Les mails peuvent mettre un petit moment à arriver, mais le pire étant qu'ils sont très souvent considérés comme du SPAM donc tu ne le recevras jamais en fonction de ton fournisseur d'accès 

Si tu n'y arrives toujours le mieux est de contacter le SAV Apple.


----------



## aragorn83 (16 Décembre 2011)

bonjour, jai le meme problème !

mon mot de passe ne passe pas sur l'app store ni depuis mon mac ni depuis mon iphone.


----------



## nifex (16 Décembre 2011)

pareil depuis ce matin je ne peux plus me connecter à itunes pour mettre à jour mes applications pour mon iphone et ipad...

Je suis pourtant sur d'entrer correctement mon email et mon mot de passe.

Lorsque je clique sur mot de passe oublié, il m'ouvre une page internet mais elle ne charge jamais...

je suppose qu'ils ont un problème avec leur serveur et qu'il faut attendre pour que tout revienne à la normal...

Peut être subisse t'il une attaque ????

D'autres ont se problème ?

P.S. : Enfaite pour être précise, il y a 1h j'ai pu me connecter avec mon iphone pour mettre a jour directement les apps, mais j'ai du accepter les nouvelles conditions d'apple.

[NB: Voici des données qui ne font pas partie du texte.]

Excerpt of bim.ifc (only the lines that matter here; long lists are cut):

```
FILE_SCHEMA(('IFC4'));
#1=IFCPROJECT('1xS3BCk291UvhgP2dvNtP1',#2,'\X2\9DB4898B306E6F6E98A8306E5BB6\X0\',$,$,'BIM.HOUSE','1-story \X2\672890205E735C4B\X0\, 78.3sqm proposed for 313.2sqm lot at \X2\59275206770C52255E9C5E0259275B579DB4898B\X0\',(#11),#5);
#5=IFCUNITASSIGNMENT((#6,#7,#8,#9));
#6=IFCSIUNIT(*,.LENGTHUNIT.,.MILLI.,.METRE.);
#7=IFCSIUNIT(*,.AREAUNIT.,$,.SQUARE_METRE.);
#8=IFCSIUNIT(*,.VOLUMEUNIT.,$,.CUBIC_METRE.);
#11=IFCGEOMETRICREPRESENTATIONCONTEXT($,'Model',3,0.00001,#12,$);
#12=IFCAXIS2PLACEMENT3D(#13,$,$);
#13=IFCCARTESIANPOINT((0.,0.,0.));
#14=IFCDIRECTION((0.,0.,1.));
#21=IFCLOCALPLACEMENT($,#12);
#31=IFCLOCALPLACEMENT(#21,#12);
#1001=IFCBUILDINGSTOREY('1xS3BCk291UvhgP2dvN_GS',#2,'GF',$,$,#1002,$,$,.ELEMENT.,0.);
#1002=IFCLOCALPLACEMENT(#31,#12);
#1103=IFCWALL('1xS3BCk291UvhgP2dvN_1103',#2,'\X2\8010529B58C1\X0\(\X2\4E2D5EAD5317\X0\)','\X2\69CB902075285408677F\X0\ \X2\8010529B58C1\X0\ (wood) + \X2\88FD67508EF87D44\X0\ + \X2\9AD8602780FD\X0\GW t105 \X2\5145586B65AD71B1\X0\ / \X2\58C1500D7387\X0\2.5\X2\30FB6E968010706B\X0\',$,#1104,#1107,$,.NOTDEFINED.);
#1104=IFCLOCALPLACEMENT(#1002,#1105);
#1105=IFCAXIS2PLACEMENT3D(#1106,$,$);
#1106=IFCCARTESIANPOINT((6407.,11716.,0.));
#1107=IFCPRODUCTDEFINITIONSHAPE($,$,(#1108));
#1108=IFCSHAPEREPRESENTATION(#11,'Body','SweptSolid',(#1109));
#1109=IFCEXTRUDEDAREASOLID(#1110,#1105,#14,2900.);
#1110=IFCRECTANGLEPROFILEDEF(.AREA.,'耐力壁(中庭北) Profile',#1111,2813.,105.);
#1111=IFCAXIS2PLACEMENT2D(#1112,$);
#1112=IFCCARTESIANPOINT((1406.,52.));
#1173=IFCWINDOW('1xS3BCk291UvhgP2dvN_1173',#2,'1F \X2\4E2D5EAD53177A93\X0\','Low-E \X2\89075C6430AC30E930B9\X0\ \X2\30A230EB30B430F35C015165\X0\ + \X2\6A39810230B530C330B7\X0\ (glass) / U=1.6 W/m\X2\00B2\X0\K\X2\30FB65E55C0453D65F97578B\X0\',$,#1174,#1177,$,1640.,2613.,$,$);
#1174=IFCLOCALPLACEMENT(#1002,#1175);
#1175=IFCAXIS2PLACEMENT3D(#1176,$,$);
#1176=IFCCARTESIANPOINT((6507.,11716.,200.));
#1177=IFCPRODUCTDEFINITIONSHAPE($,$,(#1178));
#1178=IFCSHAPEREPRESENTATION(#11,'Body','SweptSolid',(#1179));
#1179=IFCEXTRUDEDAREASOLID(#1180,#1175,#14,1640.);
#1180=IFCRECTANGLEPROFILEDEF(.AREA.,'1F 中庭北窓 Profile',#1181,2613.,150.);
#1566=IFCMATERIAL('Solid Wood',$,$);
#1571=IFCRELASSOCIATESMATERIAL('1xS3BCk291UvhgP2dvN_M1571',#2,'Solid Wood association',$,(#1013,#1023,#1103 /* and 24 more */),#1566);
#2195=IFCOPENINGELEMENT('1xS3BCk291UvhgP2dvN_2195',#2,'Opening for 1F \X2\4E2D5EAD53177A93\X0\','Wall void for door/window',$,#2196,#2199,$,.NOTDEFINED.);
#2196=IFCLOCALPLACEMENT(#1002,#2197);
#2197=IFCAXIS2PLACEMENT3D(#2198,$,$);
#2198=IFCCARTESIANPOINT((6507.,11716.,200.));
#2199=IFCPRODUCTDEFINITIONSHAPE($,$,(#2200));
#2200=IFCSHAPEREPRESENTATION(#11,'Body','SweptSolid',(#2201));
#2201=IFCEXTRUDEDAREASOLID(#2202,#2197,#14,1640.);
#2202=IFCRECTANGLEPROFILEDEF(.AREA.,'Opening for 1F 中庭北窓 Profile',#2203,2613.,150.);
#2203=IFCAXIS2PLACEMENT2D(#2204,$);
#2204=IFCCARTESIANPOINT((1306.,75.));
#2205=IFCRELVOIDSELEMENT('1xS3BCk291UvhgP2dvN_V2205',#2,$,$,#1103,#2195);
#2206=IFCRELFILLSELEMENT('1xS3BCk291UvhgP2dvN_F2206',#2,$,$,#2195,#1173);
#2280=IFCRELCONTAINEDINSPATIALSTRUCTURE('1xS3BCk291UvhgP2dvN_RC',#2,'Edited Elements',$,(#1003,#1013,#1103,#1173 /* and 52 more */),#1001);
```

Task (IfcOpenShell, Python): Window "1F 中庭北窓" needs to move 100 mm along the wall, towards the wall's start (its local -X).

```python
import ifcopenshell
import ifcopenshell.api.geometry
import ifcopenshell.util.placement
import ifcopenshell.util.unit

model = ifcopenshell.open("bim.ifc")
unit_scale = ifcopenshell.util.unit.calculate_unit_scale(model)

window = model.by_guid("1xS3BCk291UvhgP2dvN_1173")
opening = window.FillsVoids[0].RelatingOpeningElement
wall = opening.VoidsElements[0].RelatingBuildingElement

wall_matrix = ifcopenshell.util.placement.get_local_placement(wall.ObjectPlacement)
shift = wall_matrix[:3, 0] * -0.1 / unit_scale
before = ifcopenshell.util.placement.get_local_placement(window.ObjectPlacement)[:3, 3].copy()

# The window is not placed relative to its opening, so move both.
for product in (opening, window):
    matrix = ifcopenshell.util.placement.get_local_placement(product.ObjectPlacement)
    matrix[:3, 3] += shift
    ifcopenshell.api.geometry.edit_object_placement(model, product=product, matrix=matrix, is_si=False)

after = ifcopenshell.util.placement.get_local_placement(window.ObjectPlacement)[:3, 3]
print("window moved by", (after - before).round(3) + 0.0)

model.write("bim_edited.ifc")
```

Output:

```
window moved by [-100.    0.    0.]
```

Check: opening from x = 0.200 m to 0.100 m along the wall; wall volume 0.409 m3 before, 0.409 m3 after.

Et une heure après je ne peux plus me connecter avec mon Mac depuis itunes...

P.S. 2 : Même problème pour l'App Store pour Mac...


----------



## Nikopsycho (16 Décembre 2011)

idem, un problem de chez eux. J'ai essayer de me connecté d'abord sur itunes = impossible, ensuite icloud pareil, ensuite iphone pareil, et après sur le site Apple directement et là ça me dit pas que je me suis trompé mais : internal error occured.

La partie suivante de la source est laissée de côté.